We're smack bang in the middle of a "water emergency" and the state government is to blame, according to Shooters, Fishers and Farmers Party candidate Helen Dalton.
As the tap water runs brown and the lakes turn putrid in country towns across NSW, Mrs Dalton is pointing an accusatory finger at what she calls the government's "blatant water mismanagement".
She's met desperate people in country towns who have been unable to drink the contaminated tap water and have been relying on bottled water donated by Griffith locals.
"They feel like they need to help people, because the state government certainly isn't," Mrs Dalton said.
“Government water mismanagement created this disaster.

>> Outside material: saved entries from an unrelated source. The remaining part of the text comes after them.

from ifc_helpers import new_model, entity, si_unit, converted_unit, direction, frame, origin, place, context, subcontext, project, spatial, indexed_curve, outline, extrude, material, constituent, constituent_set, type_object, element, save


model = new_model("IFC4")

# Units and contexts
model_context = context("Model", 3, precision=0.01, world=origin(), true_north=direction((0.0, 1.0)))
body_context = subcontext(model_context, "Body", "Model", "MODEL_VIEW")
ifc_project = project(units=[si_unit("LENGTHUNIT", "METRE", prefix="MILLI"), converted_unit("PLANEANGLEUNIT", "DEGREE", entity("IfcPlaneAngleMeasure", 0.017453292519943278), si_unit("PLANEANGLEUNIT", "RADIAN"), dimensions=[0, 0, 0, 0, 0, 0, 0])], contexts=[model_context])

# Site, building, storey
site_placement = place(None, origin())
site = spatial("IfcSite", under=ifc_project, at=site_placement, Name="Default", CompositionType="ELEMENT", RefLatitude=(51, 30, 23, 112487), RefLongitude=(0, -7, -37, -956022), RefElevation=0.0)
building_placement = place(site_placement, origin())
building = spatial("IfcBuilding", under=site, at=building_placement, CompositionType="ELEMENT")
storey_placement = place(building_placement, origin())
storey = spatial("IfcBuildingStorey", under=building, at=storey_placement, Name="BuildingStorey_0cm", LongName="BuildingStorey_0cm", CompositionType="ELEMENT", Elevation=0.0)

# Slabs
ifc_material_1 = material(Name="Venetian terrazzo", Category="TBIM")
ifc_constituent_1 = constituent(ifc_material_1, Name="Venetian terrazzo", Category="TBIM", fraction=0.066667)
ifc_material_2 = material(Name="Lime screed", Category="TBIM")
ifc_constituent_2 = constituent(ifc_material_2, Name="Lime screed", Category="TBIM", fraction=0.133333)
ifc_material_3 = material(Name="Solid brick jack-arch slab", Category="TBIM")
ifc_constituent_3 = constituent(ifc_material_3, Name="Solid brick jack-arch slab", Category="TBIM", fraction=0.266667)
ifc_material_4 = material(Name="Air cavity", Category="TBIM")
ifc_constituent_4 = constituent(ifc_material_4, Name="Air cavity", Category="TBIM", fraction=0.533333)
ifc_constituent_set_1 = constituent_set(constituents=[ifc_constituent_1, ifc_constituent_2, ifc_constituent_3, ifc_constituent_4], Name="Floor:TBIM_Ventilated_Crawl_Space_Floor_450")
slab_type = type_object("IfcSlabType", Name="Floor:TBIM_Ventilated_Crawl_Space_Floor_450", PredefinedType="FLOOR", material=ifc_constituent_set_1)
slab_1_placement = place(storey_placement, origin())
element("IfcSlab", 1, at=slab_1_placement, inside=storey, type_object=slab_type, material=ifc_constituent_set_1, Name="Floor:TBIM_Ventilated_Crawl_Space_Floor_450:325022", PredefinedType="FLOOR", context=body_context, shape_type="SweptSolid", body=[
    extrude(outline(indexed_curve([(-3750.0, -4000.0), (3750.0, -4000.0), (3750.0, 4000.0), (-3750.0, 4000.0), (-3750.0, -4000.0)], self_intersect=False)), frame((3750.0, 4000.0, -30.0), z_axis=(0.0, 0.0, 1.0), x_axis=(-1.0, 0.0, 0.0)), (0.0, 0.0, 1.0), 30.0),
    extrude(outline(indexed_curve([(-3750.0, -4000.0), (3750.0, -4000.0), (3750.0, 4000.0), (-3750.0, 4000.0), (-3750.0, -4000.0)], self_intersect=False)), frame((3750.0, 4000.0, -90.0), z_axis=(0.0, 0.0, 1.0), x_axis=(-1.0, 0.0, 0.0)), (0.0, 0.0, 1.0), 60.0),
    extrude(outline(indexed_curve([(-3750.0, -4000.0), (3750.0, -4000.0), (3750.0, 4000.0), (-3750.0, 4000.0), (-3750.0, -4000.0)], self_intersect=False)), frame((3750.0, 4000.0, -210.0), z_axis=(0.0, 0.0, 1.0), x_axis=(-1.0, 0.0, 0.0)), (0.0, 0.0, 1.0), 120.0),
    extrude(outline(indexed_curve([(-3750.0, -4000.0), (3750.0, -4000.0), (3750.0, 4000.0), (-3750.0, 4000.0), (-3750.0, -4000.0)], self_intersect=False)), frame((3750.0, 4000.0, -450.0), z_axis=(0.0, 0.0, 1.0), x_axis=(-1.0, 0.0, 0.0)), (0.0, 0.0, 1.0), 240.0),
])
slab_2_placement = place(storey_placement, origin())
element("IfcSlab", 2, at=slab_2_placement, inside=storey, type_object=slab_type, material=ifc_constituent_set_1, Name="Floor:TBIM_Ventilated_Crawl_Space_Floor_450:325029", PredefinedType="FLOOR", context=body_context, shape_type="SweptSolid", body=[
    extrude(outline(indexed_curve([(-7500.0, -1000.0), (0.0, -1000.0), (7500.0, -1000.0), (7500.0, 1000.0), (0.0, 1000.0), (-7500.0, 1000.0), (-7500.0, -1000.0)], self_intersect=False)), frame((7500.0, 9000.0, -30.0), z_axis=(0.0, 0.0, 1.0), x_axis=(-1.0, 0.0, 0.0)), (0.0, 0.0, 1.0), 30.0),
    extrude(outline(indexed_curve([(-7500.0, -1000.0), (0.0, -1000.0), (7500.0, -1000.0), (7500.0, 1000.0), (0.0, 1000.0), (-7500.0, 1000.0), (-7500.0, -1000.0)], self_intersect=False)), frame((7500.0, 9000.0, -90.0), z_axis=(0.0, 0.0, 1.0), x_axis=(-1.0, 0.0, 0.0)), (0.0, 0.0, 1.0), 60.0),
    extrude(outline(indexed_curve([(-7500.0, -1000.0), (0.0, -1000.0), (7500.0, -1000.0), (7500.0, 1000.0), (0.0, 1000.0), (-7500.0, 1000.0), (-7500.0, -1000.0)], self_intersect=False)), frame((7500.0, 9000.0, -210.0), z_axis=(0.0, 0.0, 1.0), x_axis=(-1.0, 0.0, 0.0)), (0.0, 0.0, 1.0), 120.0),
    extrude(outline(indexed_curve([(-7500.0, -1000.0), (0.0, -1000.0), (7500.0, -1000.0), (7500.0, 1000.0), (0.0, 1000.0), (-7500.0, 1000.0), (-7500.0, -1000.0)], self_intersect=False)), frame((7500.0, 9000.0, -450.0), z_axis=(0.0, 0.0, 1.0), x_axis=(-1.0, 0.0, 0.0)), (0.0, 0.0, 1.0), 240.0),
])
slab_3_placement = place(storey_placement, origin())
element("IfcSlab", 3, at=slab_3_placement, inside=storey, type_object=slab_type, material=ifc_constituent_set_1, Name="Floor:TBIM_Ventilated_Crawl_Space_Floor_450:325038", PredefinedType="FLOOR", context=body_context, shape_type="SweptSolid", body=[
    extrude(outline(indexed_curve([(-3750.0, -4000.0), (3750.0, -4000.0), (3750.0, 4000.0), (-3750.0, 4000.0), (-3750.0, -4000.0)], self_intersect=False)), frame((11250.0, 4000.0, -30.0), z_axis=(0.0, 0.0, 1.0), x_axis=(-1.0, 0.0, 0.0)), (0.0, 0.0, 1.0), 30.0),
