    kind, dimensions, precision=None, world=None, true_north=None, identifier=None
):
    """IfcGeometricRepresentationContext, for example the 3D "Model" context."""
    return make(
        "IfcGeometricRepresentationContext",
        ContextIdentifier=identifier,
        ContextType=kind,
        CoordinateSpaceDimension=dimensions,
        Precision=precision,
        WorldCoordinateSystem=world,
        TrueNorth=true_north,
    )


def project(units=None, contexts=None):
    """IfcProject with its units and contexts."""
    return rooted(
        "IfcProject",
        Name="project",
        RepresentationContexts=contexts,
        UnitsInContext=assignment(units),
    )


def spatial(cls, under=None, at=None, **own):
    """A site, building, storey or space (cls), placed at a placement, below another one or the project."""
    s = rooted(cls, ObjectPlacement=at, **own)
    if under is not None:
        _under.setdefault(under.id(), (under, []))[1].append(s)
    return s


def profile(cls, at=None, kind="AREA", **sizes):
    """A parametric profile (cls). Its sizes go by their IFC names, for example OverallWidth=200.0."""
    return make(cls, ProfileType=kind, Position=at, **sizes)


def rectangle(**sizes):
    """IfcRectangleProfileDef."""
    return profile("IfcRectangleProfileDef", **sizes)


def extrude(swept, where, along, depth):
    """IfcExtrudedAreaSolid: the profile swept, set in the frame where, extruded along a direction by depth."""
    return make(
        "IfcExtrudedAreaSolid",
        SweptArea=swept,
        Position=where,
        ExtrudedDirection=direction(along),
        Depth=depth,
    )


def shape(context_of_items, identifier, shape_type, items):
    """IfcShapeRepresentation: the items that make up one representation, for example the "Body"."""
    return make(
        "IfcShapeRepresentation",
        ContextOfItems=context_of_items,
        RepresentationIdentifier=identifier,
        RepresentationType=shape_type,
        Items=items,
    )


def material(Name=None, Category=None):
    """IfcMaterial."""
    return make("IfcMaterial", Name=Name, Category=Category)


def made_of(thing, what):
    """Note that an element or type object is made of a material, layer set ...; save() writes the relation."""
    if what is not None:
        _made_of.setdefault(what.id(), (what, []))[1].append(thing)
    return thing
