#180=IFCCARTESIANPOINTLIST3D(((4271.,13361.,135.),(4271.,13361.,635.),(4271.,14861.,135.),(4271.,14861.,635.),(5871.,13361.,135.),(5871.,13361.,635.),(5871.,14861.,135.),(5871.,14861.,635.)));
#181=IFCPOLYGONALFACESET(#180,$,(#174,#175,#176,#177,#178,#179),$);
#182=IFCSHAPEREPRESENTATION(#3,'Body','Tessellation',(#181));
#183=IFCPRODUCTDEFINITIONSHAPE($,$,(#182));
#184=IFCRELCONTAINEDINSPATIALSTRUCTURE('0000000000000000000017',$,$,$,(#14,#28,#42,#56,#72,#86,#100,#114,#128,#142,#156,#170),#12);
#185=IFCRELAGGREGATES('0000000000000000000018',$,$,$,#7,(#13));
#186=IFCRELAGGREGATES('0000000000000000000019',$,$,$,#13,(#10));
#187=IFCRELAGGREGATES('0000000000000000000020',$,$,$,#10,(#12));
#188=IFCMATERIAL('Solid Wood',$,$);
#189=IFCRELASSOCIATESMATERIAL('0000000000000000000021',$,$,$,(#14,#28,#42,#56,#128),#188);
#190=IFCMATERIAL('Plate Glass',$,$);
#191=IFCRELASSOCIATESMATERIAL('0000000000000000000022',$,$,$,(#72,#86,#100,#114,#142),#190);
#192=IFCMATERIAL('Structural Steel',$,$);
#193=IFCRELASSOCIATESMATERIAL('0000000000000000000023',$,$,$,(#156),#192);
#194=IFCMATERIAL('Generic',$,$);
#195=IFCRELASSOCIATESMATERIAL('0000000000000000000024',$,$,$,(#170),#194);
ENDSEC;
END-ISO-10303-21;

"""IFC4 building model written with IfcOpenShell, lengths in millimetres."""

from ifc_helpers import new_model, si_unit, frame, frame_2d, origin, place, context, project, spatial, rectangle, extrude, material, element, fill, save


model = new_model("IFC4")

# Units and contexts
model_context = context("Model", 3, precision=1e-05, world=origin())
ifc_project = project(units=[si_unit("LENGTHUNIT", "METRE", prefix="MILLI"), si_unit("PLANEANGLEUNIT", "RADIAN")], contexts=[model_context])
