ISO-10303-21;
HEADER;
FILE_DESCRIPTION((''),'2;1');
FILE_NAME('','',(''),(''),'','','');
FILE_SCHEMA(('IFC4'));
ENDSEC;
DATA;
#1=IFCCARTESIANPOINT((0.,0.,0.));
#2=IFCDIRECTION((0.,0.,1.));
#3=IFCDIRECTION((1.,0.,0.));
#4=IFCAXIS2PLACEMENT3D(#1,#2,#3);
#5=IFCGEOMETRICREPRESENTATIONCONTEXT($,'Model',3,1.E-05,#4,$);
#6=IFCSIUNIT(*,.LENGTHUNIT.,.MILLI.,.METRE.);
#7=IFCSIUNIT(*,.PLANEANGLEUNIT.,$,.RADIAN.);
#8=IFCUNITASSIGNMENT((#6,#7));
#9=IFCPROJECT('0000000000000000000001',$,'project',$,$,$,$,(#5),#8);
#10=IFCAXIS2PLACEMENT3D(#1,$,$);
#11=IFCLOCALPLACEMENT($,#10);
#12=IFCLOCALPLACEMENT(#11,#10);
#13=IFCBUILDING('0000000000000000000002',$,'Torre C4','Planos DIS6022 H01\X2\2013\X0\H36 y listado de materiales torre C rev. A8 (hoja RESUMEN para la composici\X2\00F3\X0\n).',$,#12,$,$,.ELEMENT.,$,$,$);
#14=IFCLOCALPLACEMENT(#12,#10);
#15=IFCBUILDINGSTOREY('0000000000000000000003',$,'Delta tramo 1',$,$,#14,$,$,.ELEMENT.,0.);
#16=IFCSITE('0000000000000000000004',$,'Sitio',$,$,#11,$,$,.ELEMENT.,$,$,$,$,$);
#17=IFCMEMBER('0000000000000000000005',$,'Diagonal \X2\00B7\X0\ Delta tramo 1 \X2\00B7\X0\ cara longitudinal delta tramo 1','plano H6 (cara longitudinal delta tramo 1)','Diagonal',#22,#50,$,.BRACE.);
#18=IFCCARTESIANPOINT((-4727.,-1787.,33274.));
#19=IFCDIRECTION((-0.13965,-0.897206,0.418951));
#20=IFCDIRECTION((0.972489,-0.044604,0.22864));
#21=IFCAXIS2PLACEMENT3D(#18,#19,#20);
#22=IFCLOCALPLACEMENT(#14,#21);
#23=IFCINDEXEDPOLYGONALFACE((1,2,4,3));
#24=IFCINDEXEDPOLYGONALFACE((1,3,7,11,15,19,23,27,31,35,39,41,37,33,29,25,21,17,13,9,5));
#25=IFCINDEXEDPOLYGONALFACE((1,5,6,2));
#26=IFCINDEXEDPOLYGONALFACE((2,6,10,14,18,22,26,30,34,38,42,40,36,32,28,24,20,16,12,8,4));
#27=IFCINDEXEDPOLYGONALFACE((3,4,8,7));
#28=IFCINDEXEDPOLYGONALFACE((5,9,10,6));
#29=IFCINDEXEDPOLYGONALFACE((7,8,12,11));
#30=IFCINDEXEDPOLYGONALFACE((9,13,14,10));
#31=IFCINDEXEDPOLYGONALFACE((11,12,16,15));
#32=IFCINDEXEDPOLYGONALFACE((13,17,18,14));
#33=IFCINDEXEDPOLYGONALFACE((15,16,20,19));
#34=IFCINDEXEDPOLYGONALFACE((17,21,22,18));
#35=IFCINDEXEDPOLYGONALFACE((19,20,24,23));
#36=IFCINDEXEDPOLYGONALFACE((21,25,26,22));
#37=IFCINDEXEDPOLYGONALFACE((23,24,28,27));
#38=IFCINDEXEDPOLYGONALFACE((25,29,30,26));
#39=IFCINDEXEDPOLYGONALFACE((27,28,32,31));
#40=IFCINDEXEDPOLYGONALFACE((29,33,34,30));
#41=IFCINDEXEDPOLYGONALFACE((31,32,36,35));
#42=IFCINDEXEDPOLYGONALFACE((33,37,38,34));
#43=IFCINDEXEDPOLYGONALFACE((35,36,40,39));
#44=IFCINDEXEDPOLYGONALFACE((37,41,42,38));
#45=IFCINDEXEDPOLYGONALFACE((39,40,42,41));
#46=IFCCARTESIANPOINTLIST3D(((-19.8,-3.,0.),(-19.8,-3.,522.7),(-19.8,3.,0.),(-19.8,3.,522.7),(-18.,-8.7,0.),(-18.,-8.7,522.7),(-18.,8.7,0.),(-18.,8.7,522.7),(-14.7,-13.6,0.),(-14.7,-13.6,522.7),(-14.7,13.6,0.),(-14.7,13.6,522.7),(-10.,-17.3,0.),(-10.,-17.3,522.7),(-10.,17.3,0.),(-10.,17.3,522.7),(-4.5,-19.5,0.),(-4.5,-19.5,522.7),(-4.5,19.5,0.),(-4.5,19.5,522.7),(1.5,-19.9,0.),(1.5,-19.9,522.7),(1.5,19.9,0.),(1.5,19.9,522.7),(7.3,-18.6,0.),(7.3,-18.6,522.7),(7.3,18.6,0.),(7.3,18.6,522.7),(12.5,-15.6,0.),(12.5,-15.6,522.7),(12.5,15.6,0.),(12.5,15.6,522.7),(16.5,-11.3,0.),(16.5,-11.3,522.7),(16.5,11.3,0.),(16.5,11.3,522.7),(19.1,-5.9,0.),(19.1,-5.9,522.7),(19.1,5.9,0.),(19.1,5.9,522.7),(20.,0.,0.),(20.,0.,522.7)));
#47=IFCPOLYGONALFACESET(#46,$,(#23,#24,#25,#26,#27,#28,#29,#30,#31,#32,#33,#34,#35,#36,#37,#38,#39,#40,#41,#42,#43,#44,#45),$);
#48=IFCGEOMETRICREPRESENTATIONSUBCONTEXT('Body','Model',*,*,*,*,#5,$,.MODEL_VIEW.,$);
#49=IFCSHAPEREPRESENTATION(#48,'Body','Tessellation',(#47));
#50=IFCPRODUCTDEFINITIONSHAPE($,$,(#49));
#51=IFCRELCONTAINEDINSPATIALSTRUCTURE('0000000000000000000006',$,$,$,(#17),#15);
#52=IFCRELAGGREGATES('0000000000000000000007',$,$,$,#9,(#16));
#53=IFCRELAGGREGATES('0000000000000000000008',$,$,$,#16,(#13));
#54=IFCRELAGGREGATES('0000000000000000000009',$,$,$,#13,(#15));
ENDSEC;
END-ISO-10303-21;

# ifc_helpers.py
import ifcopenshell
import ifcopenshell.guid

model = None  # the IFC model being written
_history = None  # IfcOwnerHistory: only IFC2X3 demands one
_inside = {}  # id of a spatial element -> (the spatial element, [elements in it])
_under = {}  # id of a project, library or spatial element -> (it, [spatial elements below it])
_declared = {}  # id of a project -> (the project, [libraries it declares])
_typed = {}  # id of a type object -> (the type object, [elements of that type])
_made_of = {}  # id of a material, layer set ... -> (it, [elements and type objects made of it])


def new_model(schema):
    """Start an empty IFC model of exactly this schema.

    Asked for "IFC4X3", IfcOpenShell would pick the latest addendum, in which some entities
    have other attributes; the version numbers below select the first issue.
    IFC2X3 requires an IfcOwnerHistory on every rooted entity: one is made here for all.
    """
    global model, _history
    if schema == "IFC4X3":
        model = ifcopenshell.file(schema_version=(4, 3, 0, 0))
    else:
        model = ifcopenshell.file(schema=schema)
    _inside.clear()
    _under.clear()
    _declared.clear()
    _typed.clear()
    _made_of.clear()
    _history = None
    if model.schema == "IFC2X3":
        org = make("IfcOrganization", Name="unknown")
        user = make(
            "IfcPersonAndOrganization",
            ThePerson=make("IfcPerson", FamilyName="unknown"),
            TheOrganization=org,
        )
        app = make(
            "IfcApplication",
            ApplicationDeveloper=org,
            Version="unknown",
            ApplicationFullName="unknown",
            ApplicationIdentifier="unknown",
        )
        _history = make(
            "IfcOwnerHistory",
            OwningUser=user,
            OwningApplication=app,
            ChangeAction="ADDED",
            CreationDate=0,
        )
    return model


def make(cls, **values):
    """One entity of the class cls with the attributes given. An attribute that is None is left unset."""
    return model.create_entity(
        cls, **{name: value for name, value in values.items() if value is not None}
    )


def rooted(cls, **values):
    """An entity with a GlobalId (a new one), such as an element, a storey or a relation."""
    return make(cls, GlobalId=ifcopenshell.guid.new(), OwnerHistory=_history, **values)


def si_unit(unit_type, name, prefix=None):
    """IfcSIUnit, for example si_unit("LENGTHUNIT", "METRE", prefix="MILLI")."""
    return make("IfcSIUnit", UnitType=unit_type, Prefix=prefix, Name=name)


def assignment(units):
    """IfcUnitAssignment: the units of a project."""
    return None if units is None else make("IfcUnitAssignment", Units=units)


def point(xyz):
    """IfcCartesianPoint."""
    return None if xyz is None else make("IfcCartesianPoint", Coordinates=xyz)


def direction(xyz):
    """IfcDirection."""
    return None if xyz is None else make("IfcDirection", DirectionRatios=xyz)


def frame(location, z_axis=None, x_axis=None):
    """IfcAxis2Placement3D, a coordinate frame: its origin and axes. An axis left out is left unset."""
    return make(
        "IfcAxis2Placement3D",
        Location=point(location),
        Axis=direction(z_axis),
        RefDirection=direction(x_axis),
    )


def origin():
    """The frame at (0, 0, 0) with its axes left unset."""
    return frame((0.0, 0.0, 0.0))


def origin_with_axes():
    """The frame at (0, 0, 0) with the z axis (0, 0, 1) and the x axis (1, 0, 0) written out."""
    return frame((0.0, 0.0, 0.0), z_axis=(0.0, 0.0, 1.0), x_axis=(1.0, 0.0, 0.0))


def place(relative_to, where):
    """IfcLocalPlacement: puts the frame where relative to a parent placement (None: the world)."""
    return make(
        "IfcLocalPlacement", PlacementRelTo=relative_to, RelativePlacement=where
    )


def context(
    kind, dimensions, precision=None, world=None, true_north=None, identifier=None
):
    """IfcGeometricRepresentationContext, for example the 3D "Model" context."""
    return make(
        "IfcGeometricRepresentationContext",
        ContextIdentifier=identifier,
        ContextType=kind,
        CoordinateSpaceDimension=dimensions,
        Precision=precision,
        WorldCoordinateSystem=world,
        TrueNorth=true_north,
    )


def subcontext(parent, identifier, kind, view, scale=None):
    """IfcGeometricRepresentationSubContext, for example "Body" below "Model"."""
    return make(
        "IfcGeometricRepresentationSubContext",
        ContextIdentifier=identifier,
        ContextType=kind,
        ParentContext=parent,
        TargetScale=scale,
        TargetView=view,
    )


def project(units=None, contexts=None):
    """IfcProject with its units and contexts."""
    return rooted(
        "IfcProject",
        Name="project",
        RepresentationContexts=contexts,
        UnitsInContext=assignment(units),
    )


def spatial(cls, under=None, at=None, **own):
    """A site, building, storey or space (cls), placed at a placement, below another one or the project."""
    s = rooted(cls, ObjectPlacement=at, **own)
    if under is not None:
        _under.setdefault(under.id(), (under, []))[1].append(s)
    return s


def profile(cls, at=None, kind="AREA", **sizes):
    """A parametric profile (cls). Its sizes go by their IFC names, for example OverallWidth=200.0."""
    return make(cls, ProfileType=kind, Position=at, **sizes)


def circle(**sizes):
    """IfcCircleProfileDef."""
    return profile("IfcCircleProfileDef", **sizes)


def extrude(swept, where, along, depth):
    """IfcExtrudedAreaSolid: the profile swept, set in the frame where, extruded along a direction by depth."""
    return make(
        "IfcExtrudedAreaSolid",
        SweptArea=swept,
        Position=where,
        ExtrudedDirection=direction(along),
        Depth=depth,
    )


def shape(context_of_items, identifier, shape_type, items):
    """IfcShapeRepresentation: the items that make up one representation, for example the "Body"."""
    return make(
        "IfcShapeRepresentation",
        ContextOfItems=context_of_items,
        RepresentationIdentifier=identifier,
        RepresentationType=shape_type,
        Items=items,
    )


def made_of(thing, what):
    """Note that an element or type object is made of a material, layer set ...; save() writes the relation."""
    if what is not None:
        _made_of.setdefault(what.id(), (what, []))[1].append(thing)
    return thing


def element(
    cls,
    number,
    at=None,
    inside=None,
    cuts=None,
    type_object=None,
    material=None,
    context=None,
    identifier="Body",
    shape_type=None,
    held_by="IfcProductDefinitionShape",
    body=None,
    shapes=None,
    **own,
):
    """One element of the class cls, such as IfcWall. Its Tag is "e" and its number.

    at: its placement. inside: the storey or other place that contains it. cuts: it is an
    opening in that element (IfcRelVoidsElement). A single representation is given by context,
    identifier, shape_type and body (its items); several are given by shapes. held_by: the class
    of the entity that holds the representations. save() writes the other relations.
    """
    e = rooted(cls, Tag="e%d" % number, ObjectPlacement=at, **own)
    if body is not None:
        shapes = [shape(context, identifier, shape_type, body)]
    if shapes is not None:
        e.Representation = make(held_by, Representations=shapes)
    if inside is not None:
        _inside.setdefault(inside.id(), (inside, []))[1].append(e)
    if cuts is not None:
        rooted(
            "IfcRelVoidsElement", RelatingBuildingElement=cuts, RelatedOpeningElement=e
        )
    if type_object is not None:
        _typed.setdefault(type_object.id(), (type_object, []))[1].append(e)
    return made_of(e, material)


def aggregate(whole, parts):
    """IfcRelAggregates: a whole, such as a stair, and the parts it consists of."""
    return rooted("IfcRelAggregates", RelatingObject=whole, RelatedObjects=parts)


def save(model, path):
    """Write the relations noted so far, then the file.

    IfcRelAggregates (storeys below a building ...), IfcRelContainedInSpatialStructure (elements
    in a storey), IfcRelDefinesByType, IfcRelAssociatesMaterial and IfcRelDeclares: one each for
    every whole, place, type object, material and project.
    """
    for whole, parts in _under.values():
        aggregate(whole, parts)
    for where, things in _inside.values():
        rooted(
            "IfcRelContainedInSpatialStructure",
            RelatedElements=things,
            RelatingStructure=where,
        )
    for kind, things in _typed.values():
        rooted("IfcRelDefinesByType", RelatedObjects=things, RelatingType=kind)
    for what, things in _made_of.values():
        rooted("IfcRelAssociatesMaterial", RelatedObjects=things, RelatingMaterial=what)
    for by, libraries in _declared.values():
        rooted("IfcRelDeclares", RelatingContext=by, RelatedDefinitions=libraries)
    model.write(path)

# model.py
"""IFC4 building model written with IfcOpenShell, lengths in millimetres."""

from ifc_helpers import new_model, si_unit, frame, origin, origin_with_axes, place, context, subcontext, project, spatial, circle, extrude, element, save


model = new_model("IFC4")

# Units and contexts
model_context = context("Model", 3, precision=1e-05, world=origin_with_axes())
body_context = subcontext(model_context, "Body", "Model", "MODEL_VIEW")
ifc_project = project(units=[si_unit("LENGTHUNIT", "METRE", prefix="MILLI"), si_unit("PLANEANGLEUNIT", "RADIAN")], contexts=[model_context])

# Site, building, storey
site_placement = place(None, origin())
site = spatial("IfcSite", under=ifc_project, at=site_placement, Name="Sitio", CompositionType="ELEMENT")
building_placement = place(site_placement, origin())
building = spatial("IfcBuilding", under=site, at=building_placement, Name="Torre C4", Description="Planos DIS6022 H01–H36 y listado de materiales torre C rev. A8 (hoja RESUMEN para la composición).", CompositionType="ELEMENT")
storey_placement = place(building_placement, origin())
storey = spatial("IfcBuildingStorey", under=building, at=storey_placement, Name="Delta tramo 1", CompositionType="ELEMENT", Elevation=0.0)

# Member
member_1_placement = place(storey_placement, frame((-4727.0, -1787.0, 33274.0), z_axis=(-0.13965, -0.897206, 0.418951), x_axis=(0.972489, -0.044604, 0.22864)))
element("IfcMember", 1, at=member_1_placement, inside=storey, Name="Diagonal · Delta tramo 1 · cara longitudinal delta tramo 1", Description="plano H6 (cara longitudinal delta tramo 1)", ObjectType="Diagonal", PredefinedType="BRACE", context=body_context, shape_type="SweptSolid", body=[
    extrude(circle(Radius=20.0), None, (0.0, 0.0, 1.0), 522.7),
])

save(model, "model.ifc")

Government should be the ones supplying the bottled water, not other country people struggling with drought."
She lashed out angrily at Member for Murray Austin Evans, claiming that he didn't have what it takes to stand up to the Coalition and make meaningful change to water policy.
"Austin’s just a yes-man for the Libs," Mrs Dalton said.
As the state election looms menacingly, Mrs Dalton is promising to do a better job standing up to the government if elected.
She insists that minor parties on the crossbench can do a better job of twisting the government's arm and getting policy change through the parliament.
One policy change Mrs Dalton is advocating for is a law to allow the government to declare a state of emergency over man-made disasters.
She claims the current water crisis is one such man-made disaster, and that emergency aid needs to go to some of the worst struck towns.
However, under the current NSW laws the Premier can only call a state of emergency due to fire, flood, storm, earthquake, explosion, accident, epidemic or warlike action which endangers people’s health.
Mrs Dalton is campaigning on a platform of "change", and she insists that a seat of Murray led by Mr Evans won't offer the kind of change she thinks is necessary.
But Mr Evans hit back at Mrs Dalton, saying that she was merely sniping from the sidelines without providing any credible alternative policy.
"She’s once again talking in vague complaints and not coming up with any solutions," Mr Evans said. “Dealing with this stuff takes hard work, and we’re working on the details and not just trying to get a headline.”
Voters can expect the back-and-forth political sledging to get even more intense as the date of the state election on March 23 looms closer.